Friday, March 29, 2024

Alarming New Report Reveals Christianity Under Attack Worldwide

In September 2008, a group of Islamists invaded the home of an Indonesian pastor, dragged him to the street, and demanded he convert to Islam. “When he refused, they cut off his finger,” reports Under Caesar’s Sword, a new study by 17 scholars of Christian persecution in 25 countries. “He still refused, so they chopped off his hand. When he refused again, they cut off his arms, and when he refused again they sawed off his legs, ending by chopping off his head. The pastor’s wife met the same fate.”

It’s not just Islamists or Islam. “Communist regimes like China, Vietnam, Laos, Cuba, and North Korea are a second type. India, Sri Lanka, and Russia exemplify a third type, in which various forms of religious nationalism promote a fusion of state, faith, and national identity to the detriment of Christian minorities. A fourth category comprises regimes that impose a harsh secular ideology, such as the post-Soviet republics of Central Asia.”

Nor is it only governments. “Non-state actors—populations at large and organized groups, including violent religious extremists and terrorist groups—are often responsible for repression, too.”

Why does this report focus on Christians? Because, these scholars conclude, “Christians are the most widely targeted religious community, suffering terrible persecution globally.” Estimates by human rights organizations vary, “but even the most conservative estimates of the Christian proportion of global religious persecution do not fall below 60 percent.” In 2009, the International Society for Human Rights, a secular NGO based in Frankfurt, estimated Christians were the victims of 80 percent of all acts of religious discrimination in the world. The Pew Research Center found that in every year between 2007 and 2014, Christians have been targeted for harassment in more countries than any other religious group.
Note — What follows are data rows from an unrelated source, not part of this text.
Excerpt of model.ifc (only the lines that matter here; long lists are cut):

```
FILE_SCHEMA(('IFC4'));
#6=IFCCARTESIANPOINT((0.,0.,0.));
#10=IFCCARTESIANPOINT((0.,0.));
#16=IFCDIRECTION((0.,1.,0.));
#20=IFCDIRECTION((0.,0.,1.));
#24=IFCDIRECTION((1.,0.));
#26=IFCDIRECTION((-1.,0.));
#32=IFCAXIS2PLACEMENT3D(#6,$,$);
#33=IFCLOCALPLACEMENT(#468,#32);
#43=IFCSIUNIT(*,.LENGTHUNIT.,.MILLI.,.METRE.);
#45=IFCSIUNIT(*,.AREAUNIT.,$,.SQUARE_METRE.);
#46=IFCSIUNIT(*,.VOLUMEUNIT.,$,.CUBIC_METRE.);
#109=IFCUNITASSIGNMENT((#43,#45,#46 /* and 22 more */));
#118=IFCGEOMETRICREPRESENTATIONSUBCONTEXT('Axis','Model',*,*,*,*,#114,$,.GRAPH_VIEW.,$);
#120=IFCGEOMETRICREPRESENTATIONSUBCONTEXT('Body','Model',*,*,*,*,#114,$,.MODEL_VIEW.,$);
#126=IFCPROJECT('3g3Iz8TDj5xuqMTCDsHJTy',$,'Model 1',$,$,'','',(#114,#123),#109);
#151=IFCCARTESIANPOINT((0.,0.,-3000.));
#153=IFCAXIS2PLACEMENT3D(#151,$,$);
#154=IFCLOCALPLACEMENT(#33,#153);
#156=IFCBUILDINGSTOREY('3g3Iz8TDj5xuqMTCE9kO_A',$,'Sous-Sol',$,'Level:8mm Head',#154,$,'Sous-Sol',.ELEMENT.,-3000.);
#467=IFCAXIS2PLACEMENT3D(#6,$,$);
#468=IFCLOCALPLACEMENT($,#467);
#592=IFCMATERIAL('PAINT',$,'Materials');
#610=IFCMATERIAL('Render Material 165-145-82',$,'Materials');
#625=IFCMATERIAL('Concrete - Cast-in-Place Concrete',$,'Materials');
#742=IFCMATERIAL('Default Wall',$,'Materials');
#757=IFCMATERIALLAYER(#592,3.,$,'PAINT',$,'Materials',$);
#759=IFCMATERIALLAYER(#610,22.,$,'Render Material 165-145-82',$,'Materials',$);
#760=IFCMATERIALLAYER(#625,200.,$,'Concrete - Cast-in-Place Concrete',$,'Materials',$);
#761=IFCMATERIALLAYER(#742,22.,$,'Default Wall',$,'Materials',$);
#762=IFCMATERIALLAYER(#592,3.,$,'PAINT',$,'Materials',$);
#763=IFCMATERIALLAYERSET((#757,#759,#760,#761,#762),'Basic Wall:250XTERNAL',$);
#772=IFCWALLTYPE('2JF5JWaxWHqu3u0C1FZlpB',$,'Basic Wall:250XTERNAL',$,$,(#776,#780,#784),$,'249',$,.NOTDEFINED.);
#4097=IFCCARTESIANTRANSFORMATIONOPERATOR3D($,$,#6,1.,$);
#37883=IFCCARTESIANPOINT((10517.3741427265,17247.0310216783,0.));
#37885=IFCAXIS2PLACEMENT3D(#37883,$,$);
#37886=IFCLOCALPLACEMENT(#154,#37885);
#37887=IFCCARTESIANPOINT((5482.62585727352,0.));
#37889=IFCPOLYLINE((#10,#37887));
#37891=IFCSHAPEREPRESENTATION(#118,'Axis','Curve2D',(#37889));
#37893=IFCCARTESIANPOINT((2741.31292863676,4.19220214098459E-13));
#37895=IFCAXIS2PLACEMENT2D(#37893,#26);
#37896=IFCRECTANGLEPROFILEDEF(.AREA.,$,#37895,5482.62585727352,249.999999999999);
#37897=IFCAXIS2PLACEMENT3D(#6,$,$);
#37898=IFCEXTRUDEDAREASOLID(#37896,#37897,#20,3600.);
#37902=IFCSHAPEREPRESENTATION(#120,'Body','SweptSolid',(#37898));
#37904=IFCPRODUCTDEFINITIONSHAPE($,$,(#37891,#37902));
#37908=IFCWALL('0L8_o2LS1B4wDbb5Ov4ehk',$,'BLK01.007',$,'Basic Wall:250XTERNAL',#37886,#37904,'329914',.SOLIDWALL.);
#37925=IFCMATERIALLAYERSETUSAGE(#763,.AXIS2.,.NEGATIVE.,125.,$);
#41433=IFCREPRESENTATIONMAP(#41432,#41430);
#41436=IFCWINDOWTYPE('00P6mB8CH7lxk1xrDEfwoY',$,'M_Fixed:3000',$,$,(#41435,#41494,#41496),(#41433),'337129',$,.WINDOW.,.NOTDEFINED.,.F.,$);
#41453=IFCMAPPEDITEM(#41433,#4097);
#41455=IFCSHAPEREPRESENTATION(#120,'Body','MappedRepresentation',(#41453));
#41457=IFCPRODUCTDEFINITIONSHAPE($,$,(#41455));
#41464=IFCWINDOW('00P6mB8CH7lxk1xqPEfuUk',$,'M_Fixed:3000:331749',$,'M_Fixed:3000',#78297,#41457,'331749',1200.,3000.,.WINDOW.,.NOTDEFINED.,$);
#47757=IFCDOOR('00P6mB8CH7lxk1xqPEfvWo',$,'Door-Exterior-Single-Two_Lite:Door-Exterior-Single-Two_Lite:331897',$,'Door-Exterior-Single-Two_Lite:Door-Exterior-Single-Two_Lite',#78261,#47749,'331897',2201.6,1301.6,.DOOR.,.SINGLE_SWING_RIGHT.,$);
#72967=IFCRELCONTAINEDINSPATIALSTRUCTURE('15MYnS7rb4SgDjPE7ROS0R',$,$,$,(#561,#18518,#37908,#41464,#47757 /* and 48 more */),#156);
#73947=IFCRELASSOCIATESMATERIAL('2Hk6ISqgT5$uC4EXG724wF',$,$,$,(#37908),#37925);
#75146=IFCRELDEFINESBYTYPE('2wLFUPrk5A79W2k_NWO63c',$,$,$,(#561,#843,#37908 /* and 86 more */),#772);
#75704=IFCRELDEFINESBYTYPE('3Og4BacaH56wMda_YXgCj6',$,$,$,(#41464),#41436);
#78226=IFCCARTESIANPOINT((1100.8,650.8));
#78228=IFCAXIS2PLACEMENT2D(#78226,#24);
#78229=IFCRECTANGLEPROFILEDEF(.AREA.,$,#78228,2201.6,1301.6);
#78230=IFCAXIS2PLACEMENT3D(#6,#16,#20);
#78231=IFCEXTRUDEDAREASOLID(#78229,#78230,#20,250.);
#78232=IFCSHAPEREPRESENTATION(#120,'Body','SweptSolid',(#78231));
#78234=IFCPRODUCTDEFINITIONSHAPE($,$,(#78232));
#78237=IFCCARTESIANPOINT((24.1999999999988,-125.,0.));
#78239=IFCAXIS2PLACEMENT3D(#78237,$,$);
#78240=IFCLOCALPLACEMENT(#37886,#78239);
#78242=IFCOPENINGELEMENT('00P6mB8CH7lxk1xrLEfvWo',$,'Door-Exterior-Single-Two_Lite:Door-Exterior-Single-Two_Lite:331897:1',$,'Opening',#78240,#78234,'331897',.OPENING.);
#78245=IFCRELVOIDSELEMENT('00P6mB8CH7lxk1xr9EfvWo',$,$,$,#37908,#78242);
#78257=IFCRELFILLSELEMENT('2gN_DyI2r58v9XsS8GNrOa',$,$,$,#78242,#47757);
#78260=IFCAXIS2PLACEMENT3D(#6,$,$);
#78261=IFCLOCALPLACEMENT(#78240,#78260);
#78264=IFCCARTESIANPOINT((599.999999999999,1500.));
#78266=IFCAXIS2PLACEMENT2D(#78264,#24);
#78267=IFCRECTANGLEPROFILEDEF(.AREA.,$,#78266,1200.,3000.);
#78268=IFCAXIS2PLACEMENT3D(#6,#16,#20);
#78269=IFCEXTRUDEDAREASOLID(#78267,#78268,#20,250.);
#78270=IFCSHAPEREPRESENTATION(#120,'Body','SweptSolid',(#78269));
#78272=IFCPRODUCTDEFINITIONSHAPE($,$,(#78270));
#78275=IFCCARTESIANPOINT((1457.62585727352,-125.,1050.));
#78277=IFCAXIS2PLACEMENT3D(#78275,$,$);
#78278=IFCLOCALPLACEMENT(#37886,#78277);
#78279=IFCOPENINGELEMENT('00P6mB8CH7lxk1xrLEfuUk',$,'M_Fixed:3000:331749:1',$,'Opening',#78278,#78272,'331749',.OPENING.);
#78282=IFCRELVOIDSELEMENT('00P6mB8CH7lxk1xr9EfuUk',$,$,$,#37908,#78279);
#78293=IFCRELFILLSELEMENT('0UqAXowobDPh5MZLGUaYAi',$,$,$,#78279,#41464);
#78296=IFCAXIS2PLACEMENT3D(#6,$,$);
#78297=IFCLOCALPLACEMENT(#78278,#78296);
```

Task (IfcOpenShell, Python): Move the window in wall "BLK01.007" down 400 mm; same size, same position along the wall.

```python
import numpy as np
import ifcopenshell
import ifcopenshell.api.geometry
import ifcopenshell.util.placement
import ifcopenshell.util.unit

model = ifcopenshell.open("model.ifc")
unit_scale = ifcopenshell.util.unit.calculate_unit_scale(model)

window = model.by_guid("00P6mB8CH7lxk1xqPEfuUk")
opening = window.FillsVoids[0].RelatingOpeningElement
dz = -400.0

shift = np.array([0.0, 0.0, dz])
# The window is placed relative to its opening, so it follows when the opening moves.
matrix = ifcopenshell.util.placement.get_local_placement(opening.ObjectPlacement)
matrix[:3, 3] += shift
ifcopenshell.api.geometry.edit_object_placement(
    model, product=opening, matrix=matrix, is_si=False, should_transform_children=True
)

print(f"moved by {dz * unit_scale:+.3f} m")

model.write("model-out.ifc")
```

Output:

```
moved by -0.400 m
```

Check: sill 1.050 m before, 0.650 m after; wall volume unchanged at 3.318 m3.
Why are Christians the primary object of persecution worldwide? Very few Christian majority nations persecute their religious minorities. But there are exceptions, these scholars point out, such as in Russia where Vladimir Putin is encouraging a nationalist-Orthodox fusion of identity and exposing minority Christian sects to “strong discrimination.” Then there is Communist Cuba, where the majority of the population still identify as Catholics and are nonetheless persecuted by their own government.

And yet despite the gruesome stories of persecution — and the occasional acts of heroic martyrdom — the press remains remarkably uninterested.

“Perhaps the most troubling aspect of this persecution is the lack of press coverage it receives,” the study notes.  Georgetown’s Religious Freedom Project analyzed 323 major reports published by Human Rights Watch, from 2008 to mid-2011. Only 2.5 percent of its reports were concerned with religious persecution of any kind, and less than half of these tiny number reported on Christian persecution.

What about the liberal democracies of the West? The scholars acknowledge — and it is important emphasize this –that Christians here do not face persecution. Reading about what is happening to Christians in much of the rest of the world reminds me: we American Christians are wusses.

But the report notes Christians and other traditional faith communities do face a growing, troubling hostility among the powerful.

“The Pew Research Center reports that between 2007 and 2013, governmental restrictions on religion increased in 37 out of 43 European countries, as well as in Canada and the United States, while social hostilities increased in 38 out of 43 countries.” They point out: “Such restrictions are motivated by a secular ideology and involve imposition of serious material costs on Christian believers due to their commitment to traditional Christian teachings.”

In many Islamic nations, in Communist China, and in Putin’s Russia, it is not clear what we can do to protect the persecuted Christians. But the first step is noticing them, remembering them, and paying attention.